The system we shall be building in this article, part 2 and part 3 will be a simple android application with a spring boot backend that allows the following:

  • Account creation and automatic login from the android app -  At this point, we get the FCM token and store it in a database in the spring application.
  • Topic subscription via the topic screen (weather) - Here, we will use the android app to register/create topics, register device tokens to this topic and send messages to them. Only devices registered within a topic will receive these ‘topical’ notifications.
  • Topic un-subscription on the android app - A user can unsubscribe from a particular topic, and they will no longer receive notifications for it.
  • Message sending - On the android app, a user can send a simple message to another user provided that the user exists and their token is registered. The message will be routed through spring boot to FCM to the device.
  • Token refreshing - When a user uninstalls then re-installs the app or clears the app data, there will be a new token generated. With spring, we will handle removing the old token and saving the new one. Both for the user and for the topics the user is subscribed to.
  • As a bonus, we will also work on notifications muting on the android app to show how notifications work on both pre-Android 8 and Android 8 and above.

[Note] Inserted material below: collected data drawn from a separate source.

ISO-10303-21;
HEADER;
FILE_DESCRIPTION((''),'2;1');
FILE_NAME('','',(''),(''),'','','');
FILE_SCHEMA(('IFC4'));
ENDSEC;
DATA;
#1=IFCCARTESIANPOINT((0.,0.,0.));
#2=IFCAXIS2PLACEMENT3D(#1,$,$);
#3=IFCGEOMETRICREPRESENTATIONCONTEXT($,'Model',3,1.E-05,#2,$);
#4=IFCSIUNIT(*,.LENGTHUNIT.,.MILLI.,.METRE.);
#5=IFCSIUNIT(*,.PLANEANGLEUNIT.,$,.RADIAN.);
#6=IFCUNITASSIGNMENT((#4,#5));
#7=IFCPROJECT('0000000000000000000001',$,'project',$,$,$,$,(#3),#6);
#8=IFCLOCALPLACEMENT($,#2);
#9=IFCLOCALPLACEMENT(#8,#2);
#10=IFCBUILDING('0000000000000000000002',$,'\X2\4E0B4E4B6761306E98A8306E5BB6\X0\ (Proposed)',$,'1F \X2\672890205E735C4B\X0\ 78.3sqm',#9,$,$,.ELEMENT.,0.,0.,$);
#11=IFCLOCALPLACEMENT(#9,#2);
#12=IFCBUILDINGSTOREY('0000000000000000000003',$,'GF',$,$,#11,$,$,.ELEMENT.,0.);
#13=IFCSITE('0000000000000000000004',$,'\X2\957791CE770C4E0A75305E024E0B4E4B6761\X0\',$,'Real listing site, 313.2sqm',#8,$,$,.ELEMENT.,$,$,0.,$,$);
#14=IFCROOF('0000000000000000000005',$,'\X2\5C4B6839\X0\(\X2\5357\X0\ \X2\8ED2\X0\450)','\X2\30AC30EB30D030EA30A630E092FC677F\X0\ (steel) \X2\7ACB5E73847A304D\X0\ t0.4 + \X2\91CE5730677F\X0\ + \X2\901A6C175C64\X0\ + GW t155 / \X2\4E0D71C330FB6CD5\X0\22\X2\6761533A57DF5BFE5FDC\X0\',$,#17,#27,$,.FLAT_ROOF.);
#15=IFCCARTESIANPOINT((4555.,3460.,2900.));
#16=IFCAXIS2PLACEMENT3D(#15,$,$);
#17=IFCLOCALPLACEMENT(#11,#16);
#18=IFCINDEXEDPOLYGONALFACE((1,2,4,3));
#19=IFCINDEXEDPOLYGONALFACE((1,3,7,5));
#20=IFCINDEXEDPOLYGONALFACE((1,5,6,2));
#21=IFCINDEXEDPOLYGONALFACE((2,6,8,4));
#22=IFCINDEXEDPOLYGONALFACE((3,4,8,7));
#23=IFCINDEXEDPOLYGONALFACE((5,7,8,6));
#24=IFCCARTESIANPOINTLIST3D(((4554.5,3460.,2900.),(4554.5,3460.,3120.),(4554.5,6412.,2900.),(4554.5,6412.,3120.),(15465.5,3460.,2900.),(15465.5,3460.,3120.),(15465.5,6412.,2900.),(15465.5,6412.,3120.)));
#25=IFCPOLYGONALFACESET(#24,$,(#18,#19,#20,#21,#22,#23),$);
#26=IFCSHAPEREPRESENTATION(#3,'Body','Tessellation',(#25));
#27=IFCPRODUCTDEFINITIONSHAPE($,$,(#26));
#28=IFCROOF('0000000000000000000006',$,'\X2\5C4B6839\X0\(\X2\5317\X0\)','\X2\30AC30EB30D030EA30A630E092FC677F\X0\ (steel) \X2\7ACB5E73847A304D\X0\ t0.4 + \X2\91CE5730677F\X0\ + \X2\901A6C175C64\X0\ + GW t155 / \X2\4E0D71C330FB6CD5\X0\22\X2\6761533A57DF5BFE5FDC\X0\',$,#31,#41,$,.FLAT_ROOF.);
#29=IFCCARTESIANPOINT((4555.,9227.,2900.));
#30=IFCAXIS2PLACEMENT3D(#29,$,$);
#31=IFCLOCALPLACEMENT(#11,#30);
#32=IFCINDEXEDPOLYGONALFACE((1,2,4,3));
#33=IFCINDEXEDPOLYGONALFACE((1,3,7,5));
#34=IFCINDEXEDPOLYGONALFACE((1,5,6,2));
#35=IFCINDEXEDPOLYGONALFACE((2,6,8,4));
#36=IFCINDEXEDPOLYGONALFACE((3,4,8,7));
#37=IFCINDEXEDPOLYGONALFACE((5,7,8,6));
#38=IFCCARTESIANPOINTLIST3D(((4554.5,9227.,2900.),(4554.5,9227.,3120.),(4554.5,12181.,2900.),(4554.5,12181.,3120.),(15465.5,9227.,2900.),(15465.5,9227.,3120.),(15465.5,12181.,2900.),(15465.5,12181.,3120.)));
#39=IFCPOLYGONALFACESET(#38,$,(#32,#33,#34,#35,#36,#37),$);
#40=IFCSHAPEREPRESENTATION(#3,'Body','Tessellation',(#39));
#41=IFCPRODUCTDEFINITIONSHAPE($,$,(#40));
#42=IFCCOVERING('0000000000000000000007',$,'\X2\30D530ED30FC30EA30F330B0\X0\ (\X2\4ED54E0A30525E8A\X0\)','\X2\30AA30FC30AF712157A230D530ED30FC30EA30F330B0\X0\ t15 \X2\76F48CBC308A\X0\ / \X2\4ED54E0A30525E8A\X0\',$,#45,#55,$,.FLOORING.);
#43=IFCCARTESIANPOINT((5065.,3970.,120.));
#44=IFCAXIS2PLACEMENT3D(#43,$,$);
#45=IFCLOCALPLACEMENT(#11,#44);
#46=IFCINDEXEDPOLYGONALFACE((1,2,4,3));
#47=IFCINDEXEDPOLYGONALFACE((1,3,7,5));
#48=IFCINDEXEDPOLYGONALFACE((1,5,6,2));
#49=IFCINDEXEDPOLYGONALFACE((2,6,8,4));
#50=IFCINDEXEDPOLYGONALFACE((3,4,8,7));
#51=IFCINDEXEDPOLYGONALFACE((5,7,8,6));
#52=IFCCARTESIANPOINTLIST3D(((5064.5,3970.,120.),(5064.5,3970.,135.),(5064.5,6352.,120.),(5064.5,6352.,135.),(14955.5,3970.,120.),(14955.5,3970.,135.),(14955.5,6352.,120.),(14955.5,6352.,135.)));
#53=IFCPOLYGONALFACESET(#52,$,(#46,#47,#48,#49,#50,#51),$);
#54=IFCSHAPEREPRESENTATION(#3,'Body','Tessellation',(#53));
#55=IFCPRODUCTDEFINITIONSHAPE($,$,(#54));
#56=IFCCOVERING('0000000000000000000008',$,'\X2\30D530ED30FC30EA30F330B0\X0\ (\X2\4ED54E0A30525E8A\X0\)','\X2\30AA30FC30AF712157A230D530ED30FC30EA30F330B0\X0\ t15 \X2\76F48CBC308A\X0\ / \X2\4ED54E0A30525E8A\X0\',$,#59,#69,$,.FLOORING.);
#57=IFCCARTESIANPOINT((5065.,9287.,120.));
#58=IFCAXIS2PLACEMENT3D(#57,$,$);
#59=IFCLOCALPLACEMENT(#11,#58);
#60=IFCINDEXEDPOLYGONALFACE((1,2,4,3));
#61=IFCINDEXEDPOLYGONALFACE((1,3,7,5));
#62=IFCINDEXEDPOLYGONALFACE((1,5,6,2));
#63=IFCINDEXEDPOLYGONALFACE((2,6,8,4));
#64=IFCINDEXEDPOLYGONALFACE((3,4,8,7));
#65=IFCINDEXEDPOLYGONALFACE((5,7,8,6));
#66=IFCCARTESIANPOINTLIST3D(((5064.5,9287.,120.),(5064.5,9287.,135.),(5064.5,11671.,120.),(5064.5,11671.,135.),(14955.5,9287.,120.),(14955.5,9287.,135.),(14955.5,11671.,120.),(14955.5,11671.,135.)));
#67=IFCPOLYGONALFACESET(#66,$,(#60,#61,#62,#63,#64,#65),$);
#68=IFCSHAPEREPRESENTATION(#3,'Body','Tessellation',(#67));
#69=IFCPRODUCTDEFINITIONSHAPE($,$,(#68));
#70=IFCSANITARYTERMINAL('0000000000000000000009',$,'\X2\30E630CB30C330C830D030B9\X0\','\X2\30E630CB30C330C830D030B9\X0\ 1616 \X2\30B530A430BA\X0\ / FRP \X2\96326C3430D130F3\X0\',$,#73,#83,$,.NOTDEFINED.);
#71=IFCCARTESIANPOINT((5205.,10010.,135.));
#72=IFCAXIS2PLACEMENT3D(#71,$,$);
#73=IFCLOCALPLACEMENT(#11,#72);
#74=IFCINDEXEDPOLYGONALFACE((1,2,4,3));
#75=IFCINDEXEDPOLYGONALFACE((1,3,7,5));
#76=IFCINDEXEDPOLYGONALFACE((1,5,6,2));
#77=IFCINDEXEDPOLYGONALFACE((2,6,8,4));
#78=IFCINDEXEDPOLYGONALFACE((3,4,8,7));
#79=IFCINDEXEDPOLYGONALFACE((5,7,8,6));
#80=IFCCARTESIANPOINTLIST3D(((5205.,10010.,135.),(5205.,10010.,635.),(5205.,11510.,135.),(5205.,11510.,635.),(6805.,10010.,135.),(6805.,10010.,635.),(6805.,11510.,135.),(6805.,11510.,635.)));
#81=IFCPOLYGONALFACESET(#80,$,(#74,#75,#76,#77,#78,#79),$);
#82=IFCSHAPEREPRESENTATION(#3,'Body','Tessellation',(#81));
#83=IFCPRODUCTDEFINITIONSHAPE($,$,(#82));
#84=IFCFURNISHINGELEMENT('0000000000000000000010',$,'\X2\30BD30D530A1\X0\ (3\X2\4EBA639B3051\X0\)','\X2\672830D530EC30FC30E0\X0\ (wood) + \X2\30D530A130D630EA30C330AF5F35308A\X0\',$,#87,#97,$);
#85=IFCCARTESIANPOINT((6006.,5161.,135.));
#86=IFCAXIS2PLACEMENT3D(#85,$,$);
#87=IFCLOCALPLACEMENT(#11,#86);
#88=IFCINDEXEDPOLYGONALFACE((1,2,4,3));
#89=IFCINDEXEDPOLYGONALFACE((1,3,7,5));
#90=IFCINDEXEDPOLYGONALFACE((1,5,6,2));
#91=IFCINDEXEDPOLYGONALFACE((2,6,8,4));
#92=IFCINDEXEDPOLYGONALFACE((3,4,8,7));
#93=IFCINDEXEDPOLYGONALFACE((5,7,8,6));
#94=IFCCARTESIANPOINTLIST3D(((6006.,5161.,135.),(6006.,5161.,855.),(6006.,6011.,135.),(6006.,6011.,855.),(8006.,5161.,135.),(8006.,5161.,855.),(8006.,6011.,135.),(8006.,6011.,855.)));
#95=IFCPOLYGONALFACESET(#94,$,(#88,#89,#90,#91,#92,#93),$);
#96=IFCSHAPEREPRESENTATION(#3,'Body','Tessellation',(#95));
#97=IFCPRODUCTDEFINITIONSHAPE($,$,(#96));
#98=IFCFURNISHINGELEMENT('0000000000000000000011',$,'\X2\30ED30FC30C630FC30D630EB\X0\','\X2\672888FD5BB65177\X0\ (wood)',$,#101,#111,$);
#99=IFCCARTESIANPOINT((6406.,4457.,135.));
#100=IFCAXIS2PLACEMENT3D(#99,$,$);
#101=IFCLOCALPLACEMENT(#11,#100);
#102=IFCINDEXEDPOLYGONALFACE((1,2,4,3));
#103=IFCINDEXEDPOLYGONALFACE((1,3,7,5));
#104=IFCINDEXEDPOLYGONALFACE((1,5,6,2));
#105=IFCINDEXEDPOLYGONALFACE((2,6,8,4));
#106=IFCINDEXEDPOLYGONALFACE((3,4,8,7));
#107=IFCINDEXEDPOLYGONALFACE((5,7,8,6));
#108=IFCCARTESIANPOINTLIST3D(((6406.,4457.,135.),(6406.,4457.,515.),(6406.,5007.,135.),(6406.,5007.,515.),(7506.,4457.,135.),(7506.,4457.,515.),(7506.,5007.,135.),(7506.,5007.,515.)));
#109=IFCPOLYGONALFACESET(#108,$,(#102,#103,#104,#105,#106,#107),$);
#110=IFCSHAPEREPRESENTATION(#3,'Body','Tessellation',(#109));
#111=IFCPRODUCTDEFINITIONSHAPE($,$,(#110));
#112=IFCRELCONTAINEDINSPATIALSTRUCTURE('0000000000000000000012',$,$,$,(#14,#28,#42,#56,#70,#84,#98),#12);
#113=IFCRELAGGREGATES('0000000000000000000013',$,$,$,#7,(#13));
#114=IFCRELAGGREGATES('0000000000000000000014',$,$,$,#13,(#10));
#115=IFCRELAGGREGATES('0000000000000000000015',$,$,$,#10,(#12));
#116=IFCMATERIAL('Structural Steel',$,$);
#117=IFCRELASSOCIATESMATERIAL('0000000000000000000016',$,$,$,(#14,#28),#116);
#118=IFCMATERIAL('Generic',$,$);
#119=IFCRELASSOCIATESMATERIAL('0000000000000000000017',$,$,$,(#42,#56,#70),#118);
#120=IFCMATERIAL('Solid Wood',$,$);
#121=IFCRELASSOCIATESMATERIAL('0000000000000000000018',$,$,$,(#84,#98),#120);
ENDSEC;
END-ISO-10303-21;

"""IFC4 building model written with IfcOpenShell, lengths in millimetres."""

from ifc_helpers import new_model, si_unit, frame, frame_2d, origin, place, context, project, spatial, rectangle, extrude, material, element, save


model = new_model("IFC4")

# Units and contexts
model_context = context("Model", 3, precision=1e-05, world=origin())
ifc_project = project(units=[si_unit("LENGTHUNIT", "METRE", prefix="MILLI"), si_unit("PLANEANGLEUNIT", "RADIAN")], contexts=[model_context])

# Site, building, storey
site_placement = place(None, origin())
site = spatial("IfcSite", under=ifc_project, at=site_placement, Name="長野県上田市下之条", ObjectType="Real listing site, 313.2sqm", CompositionType="ELEMENT", RefElevation=0.0)
building_placement = place(site_placement, origin())
building = spatial("IfcBuilding", under=site, at=building_placement, Name="下之条の風の家 (Proposed)", ObjectType="1F 木造平屋 78.3sqm", CompositionType="ELEMENT", ElevationOfRefHeight=0.0, ElevationOfTerrain=0.0)
storey_placement = place(building_placement, origin())
storey = spatial("IfcBuildingStorey", under=building, at=storey_placement, Name="GF", CompositionType="ELEMENT", Elevation=0.0)

# Shared definitions
ifc_material_1 = material(Name="Solid Wood")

For this article, we shall be focusing on the spring boot part of the system. You will learn the following:

  • How to set up a spring project with FCM
  • Model creation using Lombok
  • Firebase service creation
  • Rest controller creation to use the service

Setting up the spring project and FCM

Setting up spring

Go to Spring Initializr to generate the code for the spring project. Here is a screenshot of the dependencies I have selected. Please note for this project we are going to use the H2 database instead of a full-blown database. I am also using maven and java instead of gradle/kotlin. Feel free to tweak the group, artifact, name and description to fit your details.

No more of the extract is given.